Data records:
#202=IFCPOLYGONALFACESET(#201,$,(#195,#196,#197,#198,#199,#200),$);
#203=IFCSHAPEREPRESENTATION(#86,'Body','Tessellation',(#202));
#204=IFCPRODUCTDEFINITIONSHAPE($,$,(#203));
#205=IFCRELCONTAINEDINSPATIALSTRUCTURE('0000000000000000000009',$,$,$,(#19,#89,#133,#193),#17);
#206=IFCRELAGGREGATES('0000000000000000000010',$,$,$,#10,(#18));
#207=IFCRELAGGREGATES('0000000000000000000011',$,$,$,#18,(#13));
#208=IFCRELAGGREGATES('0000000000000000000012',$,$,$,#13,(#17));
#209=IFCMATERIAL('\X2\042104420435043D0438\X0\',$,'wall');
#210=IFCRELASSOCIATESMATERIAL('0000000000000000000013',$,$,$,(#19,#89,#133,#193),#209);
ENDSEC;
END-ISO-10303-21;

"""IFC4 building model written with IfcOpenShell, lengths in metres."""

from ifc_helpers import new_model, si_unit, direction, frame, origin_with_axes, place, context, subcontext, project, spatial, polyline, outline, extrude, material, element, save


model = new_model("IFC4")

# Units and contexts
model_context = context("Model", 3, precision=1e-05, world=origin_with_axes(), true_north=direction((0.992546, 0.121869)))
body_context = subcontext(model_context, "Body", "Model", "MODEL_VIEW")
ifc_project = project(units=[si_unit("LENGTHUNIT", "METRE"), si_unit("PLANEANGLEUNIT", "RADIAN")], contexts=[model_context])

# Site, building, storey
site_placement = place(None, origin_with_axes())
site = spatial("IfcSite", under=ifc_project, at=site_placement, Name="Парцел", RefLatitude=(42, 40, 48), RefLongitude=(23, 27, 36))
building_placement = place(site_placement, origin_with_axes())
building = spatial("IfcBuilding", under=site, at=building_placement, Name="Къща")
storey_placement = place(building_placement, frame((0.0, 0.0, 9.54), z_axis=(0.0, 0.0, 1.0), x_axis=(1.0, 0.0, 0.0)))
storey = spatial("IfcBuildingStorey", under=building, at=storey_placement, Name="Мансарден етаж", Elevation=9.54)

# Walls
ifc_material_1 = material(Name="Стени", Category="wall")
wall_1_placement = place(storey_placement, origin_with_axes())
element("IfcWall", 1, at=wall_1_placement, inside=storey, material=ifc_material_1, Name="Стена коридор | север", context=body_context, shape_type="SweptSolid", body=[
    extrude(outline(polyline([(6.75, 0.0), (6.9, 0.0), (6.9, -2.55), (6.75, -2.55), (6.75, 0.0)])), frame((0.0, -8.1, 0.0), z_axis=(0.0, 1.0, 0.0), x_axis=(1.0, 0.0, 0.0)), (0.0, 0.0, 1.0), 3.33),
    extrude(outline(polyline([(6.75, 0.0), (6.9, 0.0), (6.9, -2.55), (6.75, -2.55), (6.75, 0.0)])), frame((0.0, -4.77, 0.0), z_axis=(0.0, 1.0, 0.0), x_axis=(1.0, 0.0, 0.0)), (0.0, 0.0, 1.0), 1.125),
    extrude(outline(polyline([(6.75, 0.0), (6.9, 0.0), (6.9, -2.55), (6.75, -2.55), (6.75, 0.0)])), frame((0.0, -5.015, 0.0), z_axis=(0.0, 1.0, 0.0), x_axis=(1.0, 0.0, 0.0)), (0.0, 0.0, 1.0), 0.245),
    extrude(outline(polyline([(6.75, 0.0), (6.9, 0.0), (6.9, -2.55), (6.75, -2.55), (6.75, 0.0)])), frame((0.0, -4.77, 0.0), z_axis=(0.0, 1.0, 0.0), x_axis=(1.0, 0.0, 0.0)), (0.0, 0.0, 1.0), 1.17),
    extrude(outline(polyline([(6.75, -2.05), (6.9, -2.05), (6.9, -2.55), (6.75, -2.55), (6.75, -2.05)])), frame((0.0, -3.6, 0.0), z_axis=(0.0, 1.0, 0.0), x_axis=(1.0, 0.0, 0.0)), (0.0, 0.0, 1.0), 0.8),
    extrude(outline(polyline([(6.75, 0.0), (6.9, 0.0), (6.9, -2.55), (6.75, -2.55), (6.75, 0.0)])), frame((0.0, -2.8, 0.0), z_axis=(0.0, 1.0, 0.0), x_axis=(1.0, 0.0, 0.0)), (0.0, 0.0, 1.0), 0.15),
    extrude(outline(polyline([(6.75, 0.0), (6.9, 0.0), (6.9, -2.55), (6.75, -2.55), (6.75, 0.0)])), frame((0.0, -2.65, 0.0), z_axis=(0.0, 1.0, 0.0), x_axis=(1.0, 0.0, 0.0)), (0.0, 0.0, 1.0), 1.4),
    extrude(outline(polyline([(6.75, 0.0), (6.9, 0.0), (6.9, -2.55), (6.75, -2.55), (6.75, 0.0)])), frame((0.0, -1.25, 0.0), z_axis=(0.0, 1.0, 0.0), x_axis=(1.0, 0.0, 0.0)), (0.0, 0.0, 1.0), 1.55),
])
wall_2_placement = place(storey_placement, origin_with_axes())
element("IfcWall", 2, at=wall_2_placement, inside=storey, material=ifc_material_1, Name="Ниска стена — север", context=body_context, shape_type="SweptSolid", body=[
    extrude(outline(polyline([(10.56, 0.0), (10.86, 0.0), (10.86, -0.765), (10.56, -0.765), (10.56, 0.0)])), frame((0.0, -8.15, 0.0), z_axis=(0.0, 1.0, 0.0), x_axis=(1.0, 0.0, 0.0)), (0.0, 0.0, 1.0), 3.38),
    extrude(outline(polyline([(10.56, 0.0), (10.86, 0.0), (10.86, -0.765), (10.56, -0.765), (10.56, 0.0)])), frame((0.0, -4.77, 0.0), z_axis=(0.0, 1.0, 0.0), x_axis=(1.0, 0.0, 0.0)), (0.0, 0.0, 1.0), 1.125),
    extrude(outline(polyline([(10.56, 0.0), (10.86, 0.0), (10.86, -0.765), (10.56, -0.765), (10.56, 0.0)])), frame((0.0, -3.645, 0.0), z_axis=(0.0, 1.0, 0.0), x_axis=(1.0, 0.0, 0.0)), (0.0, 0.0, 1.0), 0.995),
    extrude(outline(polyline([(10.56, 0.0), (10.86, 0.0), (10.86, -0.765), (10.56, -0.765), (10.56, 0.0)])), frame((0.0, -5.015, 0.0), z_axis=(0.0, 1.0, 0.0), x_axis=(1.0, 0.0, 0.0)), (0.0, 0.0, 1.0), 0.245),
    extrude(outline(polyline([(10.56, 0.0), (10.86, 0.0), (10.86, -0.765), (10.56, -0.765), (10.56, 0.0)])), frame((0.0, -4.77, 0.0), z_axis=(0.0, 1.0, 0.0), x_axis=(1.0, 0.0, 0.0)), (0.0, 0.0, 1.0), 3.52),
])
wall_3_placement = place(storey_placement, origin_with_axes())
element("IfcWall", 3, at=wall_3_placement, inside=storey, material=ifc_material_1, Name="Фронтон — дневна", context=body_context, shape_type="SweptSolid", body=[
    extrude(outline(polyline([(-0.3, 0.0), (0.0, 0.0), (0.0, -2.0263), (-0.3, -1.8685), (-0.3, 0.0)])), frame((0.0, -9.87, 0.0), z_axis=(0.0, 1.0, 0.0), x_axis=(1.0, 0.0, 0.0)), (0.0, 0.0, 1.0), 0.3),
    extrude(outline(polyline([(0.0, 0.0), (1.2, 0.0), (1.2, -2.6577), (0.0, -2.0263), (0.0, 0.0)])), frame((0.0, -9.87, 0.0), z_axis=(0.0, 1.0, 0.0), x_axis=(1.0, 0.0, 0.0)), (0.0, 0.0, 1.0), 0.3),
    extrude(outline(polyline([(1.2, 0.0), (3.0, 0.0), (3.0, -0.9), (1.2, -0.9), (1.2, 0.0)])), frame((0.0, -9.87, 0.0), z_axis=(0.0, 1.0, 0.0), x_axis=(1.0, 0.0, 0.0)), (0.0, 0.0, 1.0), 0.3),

What the task asks: Number of lines with the string "inside" in the data above: report this figure and nothing more.

Exercise output: 3